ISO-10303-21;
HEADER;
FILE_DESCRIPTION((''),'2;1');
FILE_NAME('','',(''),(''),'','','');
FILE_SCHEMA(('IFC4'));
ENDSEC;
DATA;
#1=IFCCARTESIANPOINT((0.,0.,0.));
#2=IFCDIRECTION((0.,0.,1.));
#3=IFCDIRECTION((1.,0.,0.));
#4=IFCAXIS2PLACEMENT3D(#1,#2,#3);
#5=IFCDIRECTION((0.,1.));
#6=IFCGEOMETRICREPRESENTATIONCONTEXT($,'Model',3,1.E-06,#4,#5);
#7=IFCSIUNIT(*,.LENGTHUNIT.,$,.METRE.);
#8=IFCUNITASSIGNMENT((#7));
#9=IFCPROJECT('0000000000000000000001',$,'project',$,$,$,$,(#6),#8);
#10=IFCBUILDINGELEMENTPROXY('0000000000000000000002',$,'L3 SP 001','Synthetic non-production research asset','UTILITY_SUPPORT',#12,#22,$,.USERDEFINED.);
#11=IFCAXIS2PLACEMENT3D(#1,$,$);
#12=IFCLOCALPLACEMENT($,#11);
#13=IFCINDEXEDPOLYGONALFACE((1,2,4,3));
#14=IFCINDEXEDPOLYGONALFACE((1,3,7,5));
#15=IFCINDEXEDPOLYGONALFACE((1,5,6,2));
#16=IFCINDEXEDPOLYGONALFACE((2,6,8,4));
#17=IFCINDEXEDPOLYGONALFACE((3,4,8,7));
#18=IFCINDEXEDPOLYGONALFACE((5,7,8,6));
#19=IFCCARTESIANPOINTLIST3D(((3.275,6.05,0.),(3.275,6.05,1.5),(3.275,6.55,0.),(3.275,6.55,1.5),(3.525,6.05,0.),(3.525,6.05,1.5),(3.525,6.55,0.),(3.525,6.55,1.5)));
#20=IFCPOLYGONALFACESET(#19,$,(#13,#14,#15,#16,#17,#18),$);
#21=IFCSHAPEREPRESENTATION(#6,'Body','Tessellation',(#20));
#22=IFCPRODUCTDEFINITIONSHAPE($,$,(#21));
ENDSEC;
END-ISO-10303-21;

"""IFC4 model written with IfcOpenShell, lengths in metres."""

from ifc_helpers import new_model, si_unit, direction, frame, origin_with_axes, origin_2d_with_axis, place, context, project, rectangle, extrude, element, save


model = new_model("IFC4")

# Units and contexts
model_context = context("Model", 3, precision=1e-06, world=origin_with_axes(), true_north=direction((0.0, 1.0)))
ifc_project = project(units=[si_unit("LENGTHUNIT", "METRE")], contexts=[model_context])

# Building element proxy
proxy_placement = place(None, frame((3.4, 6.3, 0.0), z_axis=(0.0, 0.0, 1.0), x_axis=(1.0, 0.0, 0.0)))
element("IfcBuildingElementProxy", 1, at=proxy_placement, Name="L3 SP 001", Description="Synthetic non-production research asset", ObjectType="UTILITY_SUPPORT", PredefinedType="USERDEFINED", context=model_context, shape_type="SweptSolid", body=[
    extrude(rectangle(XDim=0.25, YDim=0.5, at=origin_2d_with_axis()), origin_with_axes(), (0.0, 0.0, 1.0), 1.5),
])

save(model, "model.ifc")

★ ★ ★ ★ ★

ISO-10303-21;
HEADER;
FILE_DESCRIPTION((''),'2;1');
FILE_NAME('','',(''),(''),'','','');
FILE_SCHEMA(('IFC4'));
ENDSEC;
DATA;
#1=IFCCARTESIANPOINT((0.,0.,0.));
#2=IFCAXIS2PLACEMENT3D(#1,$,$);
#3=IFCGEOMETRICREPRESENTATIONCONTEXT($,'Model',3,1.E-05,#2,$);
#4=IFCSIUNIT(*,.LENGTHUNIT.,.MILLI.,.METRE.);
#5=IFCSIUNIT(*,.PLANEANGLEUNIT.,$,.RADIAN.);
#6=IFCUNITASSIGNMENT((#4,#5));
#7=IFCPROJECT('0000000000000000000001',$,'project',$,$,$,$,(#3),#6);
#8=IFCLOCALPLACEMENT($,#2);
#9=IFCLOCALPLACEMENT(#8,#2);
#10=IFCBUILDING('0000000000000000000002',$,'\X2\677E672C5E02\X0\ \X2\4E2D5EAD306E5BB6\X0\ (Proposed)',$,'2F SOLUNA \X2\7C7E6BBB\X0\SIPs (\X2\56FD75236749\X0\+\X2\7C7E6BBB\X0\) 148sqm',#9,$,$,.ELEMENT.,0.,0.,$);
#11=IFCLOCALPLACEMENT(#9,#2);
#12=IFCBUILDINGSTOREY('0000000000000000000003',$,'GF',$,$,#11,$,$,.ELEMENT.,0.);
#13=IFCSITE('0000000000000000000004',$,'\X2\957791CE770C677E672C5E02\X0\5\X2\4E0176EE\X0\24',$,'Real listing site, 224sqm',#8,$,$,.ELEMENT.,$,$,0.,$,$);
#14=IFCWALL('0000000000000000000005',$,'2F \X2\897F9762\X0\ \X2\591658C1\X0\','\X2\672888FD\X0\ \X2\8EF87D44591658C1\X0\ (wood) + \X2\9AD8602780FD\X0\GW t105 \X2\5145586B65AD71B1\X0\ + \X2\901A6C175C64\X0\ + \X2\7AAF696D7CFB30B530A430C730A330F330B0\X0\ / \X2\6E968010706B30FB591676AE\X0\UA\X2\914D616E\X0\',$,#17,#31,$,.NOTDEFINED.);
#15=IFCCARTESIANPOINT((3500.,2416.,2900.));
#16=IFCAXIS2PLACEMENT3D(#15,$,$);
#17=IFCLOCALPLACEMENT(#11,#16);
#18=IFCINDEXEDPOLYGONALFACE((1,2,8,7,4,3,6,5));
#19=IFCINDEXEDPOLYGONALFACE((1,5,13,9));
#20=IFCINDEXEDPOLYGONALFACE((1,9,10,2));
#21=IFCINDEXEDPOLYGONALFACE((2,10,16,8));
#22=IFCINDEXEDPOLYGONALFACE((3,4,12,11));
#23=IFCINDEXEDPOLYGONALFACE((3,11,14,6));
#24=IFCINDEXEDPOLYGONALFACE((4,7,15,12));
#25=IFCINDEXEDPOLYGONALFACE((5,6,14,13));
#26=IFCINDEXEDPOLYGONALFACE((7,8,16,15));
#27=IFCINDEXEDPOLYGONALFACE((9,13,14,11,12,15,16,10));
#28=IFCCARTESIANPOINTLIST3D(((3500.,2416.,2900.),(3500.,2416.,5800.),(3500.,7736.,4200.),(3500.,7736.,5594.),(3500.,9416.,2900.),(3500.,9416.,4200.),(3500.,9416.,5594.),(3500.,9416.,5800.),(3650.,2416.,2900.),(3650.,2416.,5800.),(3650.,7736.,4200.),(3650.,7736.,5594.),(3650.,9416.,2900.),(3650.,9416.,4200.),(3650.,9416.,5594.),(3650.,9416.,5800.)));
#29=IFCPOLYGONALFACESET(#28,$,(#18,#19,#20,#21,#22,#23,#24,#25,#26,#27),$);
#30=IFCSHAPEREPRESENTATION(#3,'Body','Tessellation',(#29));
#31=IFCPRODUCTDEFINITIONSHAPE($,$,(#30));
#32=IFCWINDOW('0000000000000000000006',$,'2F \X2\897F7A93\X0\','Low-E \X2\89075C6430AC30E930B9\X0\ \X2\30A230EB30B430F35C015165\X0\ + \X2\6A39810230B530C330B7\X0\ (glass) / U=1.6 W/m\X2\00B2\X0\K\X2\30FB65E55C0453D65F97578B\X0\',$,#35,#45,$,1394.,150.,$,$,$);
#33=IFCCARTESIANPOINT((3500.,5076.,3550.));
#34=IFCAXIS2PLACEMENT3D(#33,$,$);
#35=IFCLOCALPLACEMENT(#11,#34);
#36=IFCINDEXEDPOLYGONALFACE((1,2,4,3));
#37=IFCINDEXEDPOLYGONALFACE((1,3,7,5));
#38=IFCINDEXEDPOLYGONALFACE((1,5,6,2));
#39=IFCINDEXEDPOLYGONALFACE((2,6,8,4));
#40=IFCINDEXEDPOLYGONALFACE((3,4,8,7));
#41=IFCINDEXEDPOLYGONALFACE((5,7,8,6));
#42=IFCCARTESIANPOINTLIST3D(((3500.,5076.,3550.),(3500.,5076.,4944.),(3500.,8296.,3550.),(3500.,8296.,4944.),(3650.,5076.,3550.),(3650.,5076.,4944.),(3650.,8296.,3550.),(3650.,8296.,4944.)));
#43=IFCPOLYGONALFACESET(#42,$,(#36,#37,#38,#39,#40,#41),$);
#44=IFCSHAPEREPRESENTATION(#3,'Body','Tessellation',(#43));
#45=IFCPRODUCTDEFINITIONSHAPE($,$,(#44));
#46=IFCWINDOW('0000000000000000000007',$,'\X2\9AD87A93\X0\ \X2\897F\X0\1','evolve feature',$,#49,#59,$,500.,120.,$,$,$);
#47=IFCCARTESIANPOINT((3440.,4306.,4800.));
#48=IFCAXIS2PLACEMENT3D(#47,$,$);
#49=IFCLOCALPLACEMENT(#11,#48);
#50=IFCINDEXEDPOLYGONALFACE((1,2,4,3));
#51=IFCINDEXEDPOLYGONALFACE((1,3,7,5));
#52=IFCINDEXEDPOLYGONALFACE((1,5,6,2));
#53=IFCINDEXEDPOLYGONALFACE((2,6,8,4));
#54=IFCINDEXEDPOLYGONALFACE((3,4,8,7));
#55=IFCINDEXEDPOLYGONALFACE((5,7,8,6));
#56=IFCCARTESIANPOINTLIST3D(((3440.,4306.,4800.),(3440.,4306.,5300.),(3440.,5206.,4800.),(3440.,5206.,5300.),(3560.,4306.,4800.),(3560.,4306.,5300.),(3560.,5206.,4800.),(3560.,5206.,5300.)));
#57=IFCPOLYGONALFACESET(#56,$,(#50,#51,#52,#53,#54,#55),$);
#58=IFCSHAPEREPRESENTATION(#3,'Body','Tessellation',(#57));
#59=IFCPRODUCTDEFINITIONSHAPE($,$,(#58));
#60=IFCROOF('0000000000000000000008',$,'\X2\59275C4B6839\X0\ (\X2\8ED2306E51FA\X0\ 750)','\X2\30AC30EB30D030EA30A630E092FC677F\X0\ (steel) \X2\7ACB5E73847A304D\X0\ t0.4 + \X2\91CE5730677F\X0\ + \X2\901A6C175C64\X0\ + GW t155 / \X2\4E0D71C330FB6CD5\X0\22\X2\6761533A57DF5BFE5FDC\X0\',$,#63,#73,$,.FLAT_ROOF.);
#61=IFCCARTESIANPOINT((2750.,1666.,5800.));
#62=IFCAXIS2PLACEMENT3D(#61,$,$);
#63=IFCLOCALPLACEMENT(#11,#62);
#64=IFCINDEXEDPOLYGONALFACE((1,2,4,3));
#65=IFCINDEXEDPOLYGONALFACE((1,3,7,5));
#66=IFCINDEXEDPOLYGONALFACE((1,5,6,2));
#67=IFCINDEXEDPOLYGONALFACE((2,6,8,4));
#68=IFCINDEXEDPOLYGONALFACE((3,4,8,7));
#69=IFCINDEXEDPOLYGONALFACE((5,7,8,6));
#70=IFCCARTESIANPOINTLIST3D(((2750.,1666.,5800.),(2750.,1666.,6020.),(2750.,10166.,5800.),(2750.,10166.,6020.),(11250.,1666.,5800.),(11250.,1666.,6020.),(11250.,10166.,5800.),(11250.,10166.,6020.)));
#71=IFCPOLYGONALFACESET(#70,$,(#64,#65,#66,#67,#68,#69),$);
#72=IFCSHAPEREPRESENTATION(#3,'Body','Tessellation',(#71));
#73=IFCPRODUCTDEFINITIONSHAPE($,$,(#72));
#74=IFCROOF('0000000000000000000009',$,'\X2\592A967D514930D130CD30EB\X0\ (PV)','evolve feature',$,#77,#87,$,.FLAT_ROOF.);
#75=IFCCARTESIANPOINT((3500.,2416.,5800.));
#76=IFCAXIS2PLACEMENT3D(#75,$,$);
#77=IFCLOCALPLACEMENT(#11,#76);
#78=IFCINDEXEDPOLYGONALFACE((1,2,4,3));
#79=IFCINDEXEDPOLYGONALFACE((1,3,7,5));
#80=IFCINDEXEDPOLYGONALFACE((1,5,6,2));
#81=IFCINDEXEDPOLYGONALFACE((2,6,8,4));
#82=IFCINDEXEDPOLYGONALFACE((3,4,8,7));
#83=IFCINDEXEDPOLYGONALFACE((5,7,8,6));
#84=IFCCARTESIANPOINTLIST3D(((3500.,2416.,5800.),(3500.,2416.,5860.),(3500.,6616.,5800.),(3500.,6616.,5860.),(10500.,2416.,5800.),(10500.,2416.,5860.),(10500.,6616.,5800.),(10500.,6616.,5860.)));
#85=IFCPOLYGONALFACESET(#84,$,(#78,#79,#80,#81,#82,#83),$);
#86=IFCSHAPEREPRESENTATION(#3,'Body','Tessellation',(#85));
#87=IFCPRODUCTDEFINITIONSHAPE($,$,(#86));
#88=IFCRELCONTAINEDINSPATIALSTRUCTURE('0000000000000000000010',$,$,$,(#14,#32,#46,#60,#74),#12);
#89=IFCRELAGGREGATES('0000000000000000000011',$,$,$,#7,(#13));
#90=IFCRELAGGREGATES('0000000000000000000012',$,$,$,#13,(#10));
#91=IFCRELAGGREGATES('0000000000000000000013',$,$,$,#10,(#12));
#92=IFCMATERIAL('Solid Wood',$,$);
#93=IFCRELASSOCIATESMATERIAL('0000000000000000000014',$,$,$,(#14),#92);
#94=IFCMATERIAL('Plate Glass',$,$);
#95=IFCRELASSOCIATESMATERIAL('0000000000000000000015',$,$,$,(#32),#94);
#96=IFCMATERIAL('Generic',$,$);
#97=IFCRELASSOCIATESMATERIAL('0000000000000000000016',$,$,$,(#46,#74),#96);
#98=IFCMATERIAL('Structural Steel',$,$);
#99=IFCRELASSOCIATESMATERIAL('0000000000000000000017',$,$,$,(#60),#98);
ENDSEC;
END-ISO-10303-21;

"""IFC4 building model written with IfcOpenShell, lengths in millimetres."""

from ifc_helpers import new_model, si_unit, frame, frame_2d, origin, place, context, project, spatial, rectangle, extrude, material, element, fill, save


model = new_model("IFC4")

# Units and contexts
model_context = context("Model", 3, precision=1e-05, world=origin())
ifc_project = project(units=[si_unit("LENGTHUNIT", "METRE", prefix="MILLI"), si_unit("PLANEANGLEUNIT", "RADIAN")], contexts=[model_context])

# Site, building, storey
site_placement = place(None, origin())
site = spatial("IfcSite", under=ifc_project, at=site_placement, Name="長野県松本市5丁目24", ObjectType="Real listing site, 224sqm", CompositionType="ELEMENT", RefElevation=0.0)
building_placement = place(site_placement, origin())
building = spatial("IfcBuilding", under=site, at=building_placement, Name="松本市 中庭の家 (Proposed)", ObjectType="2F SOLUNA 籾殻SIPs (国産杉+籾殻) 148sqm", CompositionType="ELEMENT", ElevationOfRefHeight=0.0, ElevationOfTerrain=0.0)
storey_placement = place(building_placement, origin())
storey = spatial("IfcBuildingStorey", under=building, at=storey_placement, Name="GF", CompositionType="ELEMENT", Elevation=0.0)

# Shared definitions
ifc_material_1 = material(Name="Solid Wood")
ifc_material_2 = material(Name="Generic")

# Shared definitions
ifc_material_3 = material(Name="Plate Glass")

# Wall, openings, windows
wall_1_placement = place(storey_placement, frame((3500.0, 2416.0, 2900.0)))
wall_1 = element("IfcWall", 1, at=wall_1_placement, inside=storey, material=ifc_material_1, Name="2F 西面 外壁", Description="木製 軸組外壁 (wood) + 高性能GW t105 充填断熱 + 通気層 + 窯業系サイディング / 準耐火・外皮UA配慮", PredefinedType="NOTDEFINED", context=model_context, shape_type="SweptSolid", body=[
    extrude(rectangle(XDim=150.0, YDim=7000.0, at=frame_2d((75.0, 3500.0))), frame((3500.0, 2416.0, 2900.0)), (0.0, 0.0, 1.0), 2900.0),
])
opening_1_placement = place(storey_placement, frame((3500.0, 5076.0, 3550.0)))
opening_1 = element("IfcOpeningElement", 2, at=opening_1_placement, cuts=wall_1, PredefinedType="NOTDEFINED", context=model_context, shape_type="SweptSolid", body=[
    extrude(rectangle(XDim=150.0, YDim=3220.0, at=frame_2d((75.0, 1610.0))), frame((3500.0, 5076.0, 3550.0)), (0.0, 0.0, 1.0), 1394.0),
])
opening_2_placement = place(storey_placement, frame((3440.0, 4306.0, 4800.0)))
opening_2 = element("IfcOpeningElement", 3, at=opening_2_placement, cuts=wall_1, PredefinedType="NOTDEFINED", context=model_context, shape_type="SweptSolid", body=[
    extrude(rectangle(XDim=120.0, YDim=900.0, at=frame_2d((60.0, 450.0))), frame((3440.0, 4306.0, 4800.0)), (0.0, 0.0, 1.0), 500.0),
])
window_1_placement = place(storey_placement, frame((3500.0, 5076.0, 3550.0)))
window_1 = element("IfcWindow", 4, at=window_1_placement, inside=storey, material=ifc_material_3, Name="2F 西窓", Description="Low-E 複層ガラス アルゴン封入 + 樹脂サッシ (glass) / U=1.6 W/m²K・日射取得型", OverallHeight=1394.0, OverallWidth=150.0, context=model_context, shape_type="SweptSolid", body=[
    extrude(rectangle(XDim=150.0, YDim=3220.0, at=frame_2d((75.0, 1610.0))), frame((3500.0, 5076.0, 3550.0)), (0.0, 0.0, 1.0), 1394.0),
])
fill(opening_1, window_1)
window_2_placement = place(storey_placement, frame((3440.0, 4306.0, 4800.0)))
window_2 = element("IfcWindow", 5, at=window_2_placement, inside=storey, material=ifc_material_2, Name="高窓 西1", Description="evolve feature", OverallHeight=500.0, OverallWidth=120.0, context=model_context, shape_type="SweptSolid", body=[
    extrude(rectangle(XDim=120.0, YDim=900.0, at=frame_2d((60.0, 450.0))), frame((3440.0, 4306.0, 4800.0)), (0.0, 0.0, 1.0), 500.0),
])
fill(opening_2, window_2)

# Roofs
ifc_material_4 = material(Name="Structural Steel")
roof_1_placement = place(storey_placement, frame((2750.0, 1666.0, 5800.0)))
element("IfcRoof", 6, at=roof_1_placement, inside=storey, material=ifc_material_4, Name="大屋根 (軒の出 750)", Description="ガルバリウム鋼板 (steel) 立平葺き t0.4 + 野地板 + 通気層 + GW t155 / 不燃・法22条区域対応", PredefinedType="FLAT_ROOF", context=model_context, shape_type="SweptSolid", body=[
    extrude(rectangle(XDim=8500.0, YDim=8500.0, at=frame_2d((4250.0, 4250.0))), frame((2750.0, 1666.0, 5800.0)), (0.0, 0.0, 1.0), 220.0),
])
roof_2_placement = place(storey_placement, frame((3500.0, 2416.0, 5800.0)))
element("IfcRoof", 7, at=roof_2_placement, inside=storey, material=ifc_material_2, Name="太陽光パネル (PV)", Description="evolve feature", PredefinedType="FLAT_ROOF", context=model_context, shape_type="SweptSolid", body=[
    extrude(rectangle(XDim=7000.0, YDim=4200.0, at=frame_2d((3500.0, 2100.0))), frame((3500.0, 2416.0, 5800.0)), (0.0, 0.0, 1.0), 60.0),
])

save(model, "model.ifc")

★ ★ ★ ★ ★

#### What you will do:
Among the entries above, find the line with "#3=IFCDIRECTION((1.,0.,0.));" and the line with "#15=IFCINDEXEDPOLYGONALFACE((1,5,6,2));"; give again exactly these two lines and all lines between them.

#### Your solution:
#3=IFCDIRECTION((1.,0.,0.));
#4=IFCAXIS2PLACEMENT3D(#1,#2,#3);
#5=IFCDIRECTION((0.,1.));
#6=IFCGEOMETRICREPRESENTATIONCONTEXT($,'Model',3,1.E-06,#4,#5);
#7=IFCSIUNIT(*,.LENGTHUNIT.,$,.METRE.);
#8=IFCUNITASSIGNMENT((#7));
#9=IFCPROJECT('0000000000000000000001',$,'project',$,$,$,$,(#6),#8);
#10=IFCBUILDINGELEMENTPROXY('0000000000000000000002',$,'L3 SP 001','Synthetic non-production research asset','UTILITY_SUPPORT',#12,#22,$,.USERDEFINED.);
#11=IFCAXIS2PLACEMENT3D(#1,$,$);
#12=IFCLOCALPLACEMENT($,#11);
#13=IFCINDEXEDPOLYGONALFACE((1,2,4,3));
#14=IFCINDEXEDPOLYGONALFACE((1,3,7,5));
#15=IFCINDEXEDPOLYGONALFACE((1,5,6,2));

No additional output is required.